TIME : 2016/2/29 16:51:42
America’s Great Book Festivals In an era of warp-speed, Twitterized communication, old-fashioned book festivals are booming, drawing readers and writers from all over.

“The id spews! That’s what it feels like when my brothers and sisters are all in one room! The id spews.” I find myself in an instant mind meld with a cheerful woman in a beige poplin raincoat in front of me at Nashville’s Southern Festival of Books. I’ve written a book about coming together with my older brother, Carl, a trial lawyer turned apple orchardist and, for many years, a mystery to me. By now I’m used to these conversations about siblings and their misconnections. I write her phrase: “The id spews.” “Is that good?” she asks. “Yes.” “My family was insane!” For one brief moment, we have had more than a tweet of conversation. Then she moves on, vanishing into the crowd. Her card drifts into my purse. What we are talking about here is not exactly connectedness, but wisps of conversation, strangers trying to reach across a divide.

On the first afternoon of a three-day weekend, a marathon of more than 200 authors and speakers and countless devoted readers unspools on the grounds of the Tennessee capital. It’s a supermarket of ideas: How to choose between Ron Rash and William Gay presented as “Masters of Southern Gothic” or a stirring panel of young novelists on “The Trouble with Secrets”? Those writers fight for audience with eight other presenters in just one time slot. Elizabeth Berg, Michael Lister, Roy Blount Jr., Rick Bragg, and Brad Gooch (on Flannery O’Connor) are all in Nashville speaking and signing books.

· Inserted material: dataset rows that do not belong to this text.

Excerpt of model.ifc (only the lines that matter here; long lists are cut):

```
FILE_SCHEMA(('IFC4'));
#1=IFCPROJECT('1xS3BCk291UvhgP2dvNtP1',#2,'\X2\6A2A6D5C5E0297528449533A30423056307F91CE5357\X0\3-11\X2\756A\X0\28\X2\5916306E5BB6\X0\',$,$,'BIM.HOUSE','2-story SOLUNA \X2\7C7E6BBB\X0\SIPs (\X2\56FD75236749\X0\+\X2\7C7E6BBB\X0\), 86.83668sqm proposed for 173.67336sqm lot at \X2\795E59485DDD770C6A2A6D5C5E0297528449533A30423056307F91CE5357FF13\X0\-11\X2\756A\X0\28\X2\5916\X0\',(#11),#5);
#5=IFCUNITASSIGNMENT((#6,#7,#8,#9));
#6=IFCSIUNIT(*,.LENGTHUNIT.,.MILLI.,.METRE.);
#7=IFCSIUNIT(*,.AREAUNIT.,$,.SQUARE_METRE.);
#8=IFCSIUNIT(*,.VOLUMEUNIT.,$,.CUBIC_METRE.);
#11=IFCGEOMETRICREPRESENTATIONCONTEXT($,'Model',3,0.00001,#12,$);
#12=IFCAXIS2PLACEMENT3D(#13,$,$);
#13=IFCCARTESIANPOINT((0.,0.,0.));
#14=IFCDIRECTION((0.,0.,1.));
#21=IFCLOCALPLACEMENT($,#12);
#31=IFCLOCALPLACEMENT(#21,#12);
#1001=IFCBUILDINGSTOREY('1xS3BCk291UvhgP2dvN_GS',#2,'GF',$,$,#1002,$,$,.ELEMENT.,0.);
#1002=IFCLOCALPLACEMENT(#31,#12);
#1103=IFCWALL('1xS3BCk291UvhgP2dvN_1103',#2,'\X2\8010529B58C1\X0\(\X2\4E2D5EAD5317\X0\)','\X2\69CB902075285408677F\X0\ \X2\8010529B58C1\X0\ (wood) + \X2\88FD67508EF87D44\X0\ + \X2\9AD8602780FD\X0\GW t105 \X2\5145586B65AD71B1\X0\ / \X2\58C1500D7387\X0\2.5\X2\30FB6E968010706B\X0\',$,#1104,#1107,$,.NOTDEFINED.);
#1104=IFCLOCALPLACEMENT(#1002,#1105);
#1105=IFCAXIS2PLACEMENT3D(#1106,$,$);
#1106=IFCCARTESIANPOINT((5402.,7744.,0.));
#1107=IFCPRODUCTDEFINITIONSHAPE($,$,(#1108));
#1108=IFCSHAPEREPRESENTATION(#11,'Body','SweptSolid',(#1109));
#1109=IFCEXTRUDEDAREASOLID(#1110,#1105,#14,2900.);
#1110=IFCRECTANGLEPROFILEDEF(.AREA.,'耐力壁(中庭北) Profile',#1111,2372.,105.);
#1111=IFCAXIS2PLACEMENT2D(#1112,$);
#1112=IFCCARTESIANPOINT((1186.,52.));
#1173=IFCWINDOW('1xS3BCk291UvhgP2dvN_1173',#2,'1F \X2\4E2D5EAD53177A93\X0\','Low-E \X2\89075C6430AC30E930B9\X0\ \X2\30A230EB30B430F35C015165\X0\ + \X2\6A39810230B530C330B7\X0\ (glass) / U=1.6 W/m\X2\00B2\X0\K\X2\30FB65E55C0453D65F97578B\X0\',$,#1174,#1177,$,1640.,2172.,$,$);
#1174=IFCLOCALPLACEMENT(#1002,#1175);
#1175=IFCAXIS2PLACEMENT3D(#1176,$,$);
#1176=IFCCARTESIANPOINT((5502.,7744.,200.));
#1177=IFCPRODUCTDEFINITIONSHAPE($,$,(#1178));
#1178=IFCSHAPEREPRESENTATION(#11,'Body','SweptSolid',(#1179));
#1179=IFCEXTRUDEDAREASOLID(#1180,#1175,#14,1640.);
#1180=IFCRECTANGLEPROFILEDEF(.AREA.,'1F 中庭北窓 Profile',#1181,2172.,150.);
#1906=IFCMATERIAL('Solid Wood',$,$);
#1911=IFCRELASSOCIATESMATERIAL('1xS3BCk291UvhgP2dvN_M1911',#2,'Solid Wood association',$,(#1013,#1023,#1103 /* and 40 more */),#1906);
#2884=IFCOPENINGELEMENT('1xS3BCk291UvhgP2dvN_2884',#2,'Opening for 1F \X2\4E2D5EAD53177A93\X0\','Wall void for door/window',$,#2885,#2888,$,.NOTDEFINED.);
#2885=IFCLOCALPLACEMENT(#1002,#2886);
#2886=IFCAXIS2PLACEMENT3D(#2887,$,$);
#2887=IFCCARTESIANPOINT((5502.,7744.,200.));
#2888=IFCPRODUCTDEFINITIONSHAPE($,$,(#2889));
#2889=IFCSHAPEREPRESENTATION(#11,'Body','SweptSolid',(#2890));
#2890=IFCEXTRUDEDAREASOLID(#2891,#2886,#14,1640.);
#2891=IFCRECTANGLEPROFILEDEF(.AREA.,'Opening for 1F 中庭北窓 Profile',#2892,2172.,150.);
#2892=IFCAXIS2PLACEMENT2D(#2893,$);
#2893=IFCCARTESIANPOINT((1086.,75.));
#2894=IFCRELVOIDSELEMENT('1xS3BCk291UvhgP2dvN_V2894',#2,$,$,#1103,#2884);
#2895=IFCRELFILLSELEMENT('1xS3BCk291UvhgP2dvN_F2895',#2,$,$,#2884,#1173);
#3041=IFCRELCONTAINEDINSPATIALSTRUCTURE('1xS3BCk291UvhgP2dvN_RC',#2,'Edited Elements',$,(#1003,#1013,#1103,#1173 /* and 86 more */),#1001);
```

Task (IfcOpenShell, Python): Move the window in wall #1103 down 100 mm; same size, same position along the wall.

```python
import numpy as np
import ifcopenshell
import ifcopenshell.api.geometry
import ifcopenshell.util.placement
import ifcopenshell.util.unit

model = ifcopenshell.open("model.ifc")
unit_scale = ifcopenshell.util.unit.calculate_unit_scale(model)

window = model.by_id(1173)
opening = window.FillsVoids[0].RelatingOpeningElement
dz = -0.1 / unit_scale

shift = np.array([0.0, 0.0, dz])
# The window is not placed relative to its opening, so move both.
for product in (opening, window):
    matrix = ifcopenshell.util.placement.get_local_placement(product.ObjectPlacement)
    matrix[:3, 3] += shift
    ifcopenshell.api.geometry.edit_object_placement(model, product=product, matrix=matrix, is_si=False)

print(f"moved by {dz * unit_scale:+.3f} m")

model.write("model-out.ifc")
```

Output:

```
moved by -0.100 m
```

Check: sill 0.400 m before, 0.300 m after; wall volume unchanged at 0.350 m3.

Clusters of book people gather, drink coffee, and schmooze. In spite of the persistent hand-wringing about the future of books and reading—the death of print!—the quaint folkways of the book festival are alive and thriving. Here in Nashville, and in cities all over, writers in their infinite varieties parade their new offerings to audiences of every size. We are atomized in modern life, divided by the buzz of BlackBerries, e-mail, virtual friendships, but at bookfairs the possibility of conversation still looms to tantalize. The festivals prove the paradox: For all our instant communication, the screens have somehow made us lonelier, making talk, real talk, a desperate luxury of another age. Here, however, is still the possibility of the unfiltered moment, author to reader, reader to reader.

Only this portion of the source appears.